有时,在将结果馈送到统计模型时,仅保留k-1级别的分类变量以避免共线性将是有用的。您可以通过打开drop_first
切换到此模式。
In [101]: s = pd.Series(list('abcaa'))
In [102]: pd.get_dummies(s)
Out[102]:
a b c
0 1 0 0
1 0 1 0
2 0 0 1
3 1 0 0
4 1 0 0
In [103]: pd.get_dummies(s, drop_first=True)
Out[103]:
b c
0 0 0
1 1 0
2 0 1
3 0 0
4 0 0
当列只包含一个级别时,将在结果中省略。
In [104]: df = pd.DataFrame({'A':list('aaaaa'),'B':list('ababc')})
In [105]: pd.get_dummies(df)
Out[105]:
A_a B_a B_b B_c
0 1 1 0 0
1 1 0 1 0
2 1 1 0 0
3 1 0 1 0
4 1 0 0 1
In [106]: pd.get_dummies(df, drop_first=True)
Out[106]:
B_b B_c
0 0 0
1 1 0
2 0 0
3 1 0
4 0 1
Factorizing values¶
要将1-d值编码为枚举类型,请使用factorize
:
In [107]: x = pd.Series(['A', 'A', np.nan, 'B', 3.14, np.inf])
In [108]: x
Out[108]:
0 A
1 A
2 NaN
3 B
4 3.14
5 inf
dtype: object
In [109]: labels, uniques = pd.factorize(x)
In [110]: labels
Out[110]: array([ 0, 0, -1, 1, 2, 3])
In [111]: uniques
Out[111]: Index([u'A', u'B', 3.14, inf], dtype='object')
注意,factorize
类似于numpy.unique
,但在处理NaN时不同:
注意
由于排序错误,以下numpy.unique
将在Python 3和TypeError
下失败。
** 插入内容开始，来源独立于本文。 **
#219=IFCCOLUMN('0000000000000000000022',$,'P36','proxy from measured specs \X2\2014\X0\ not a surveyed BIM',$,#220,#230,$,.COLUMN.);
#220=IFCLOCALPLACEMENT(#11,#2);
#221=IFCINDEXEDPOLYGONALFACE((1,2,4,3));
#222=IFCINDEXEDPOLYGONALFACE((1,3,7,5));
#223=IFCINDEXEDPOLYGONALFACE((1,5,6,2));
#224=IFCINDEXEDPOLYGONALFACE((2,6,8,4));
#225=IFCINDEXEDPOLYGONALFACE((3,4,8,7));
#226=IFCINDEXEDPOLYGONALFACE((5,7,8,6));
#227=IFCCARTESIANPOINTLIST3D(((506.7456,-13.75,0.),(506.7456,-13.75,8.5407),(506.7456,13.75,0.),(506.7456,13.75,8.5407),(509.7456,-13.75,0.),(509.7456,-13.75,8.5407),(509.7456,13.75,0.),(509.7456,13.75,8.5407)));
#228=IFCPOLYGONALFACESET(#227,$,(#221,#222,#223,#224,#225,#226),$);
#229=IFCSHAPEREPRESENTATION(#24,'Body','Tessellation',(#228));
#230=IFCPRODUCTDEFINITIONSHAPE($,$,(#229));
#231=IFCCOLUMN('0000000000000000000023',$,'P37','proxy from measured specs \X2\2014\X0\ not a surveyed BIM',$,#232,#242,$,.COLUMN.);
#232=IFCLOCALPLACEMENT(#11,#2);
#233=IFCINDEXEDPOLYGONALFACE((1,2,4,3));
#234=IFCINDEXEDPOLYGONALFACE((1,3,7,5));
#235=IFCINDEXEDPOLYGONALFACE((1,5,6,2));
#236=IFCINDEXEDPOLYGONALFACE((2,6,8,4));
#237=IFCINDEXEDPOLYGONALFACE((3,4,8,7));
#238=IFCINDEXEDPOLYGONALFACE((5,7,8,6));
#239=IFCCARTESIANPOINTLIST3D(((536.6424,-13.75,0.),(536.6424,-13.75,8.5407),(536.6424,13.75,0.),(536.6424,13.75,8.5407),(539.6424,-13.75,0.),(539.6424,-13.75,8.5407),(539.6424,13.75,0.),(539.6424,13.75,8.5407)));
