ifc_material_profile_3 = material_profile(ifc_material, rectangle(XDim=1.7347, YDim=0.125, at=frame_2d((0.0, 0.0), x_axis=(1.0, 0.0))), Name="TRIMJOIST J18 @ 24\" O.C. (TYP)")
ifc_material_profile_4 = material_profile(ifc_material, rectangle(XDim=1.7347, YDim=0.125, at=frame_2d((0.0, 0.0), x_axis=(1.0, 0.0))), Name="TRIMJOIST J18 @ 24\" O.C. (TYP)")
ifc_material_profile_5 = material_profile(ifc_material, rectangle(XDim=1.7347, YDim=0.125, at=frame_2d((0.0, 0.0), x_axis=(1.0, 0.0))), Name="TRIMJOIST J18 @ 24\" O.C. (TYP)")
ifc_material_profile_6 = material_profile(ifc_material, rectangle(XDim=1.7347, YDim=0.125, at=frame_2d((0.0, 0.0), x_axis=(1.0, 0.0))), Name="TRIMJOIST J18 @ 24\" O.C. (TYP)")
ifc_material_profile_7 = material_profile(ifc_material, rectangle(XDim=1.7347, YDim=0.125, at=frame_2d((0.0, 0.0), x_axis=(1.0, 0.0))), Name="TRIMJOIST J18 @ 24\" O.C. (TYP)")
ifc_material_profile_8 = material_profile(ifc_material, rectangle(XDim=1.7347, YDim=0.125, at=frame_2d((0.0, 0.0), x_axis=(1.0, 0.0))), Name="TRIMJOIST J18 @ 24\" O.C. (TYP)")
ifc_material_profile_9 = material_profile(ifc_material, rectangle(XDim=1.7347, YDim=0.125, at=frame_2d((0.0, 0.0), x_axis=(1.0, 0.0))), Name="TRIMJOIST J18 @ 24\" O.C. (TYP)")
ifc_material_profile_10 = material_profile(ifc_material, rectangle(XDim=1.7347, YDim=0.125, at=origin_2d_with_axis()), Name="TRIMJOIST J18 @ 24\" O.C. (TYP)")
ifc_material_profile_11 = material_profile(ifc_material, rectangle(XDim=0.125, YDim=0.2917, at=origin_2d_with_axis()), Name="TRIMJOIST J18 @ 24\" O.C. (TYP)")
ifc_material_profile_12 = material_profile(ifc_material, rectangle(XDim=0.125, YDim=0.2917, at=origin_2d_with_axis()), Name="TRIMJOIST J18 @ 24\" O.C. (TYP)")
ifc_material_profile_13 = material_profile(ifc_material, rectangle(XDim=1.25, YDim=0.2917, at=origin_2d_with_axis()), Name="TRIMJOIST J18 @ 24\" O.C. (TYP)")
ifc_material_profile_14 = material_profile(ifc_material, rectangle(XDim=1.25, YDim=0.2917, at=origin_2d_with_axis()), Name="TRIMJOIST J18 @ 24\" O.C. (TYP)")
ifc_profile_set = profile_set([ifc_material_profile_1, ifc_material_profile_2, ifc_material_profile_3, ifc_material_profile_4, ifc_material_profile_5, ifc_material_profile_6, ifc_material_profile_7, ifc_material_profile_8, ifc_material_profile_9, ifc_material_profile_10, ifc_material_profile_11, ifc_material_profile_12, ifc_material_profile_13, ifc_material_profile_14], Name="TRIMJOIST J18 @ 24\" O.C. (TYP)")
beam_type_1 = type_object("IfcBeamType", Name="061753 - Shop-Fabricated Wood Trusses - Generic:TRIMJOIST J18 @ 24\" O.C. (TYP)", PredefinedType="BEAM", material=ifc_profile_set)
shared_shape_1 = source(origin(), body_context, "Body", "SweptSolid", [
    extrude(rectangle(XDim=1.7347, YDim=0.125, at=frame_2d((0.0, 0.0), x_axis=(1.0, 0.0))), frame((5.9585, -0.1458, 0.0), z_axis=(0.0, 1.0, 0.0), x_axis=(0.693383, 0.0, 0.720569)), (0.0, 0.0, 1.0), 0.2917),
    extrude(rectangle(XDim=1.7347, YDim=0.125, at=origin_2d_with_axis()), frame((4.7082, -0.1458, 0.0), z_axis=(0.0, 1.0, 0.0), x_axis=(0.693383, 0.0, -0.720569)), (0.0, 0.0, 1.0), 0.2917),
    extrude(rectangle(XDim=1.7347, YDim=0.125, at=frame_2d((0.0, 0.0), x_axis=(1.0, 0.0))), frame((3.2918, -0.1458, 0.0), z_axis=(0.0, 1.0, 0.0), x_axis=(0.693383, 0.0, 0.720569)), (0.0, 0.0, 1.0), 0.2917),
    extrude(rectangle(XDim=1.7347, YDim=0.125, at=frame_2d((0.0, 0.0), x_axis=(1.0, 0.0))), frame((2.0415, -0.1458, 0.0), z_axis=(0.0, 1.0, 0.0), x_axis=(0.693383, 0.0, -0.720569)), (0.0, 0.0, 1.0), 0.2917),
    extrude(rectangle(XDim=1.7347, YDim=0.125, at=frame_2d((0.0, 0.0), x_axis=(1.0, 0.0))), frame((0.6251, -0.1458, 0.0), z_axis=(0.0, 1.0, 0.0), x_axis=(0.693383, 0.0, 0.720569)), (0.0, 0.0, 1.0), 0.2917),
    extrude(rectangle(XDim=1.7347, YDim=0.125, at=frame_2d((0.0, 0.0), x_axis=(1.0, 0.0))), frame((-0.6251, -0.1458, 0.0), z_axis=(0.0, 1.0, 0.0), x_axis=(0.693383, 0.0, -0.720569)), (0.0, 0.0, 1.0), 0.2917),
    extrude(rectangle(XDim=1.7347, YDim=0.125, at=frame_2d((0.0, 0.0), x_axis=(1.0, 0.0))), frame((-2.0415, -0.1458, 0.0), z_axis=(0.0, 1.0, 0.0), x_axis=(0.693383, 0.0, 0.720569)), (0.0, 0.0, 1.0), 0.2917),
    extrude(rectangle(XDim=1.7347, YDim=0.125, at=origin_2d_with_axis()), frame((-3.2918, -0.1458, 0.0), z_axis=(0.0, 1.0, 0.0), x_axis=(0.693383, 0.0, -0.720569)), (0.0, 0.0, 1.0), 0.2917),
另见此处
In [112]: pd.factorize(x, sort=True)
Out[112]:
(array([ 2, 2, -1, 3, 0, 1]),
Index([3.14, inf, u'A', u'B'], dtype='object'))
In [113]: np.unique(x, return_inverse=True)[::-1]
Out[113]: (array([3, 3, 0, 4, 1, 2]), array([nan, 3.14, inf, 'A', 'B'], dtype=object))
注意
如果你只想处理一个列作为一个分类变量(如R的因子),你可以使用df [“cat_col”] = 分类(df [“col”])
或df [“cat_col”] = df [“col” ] .astype(“category”)
。有关Categorical
的完整文档,请参阅Categorical introduction和API documentation。此功能在0.15版中引入。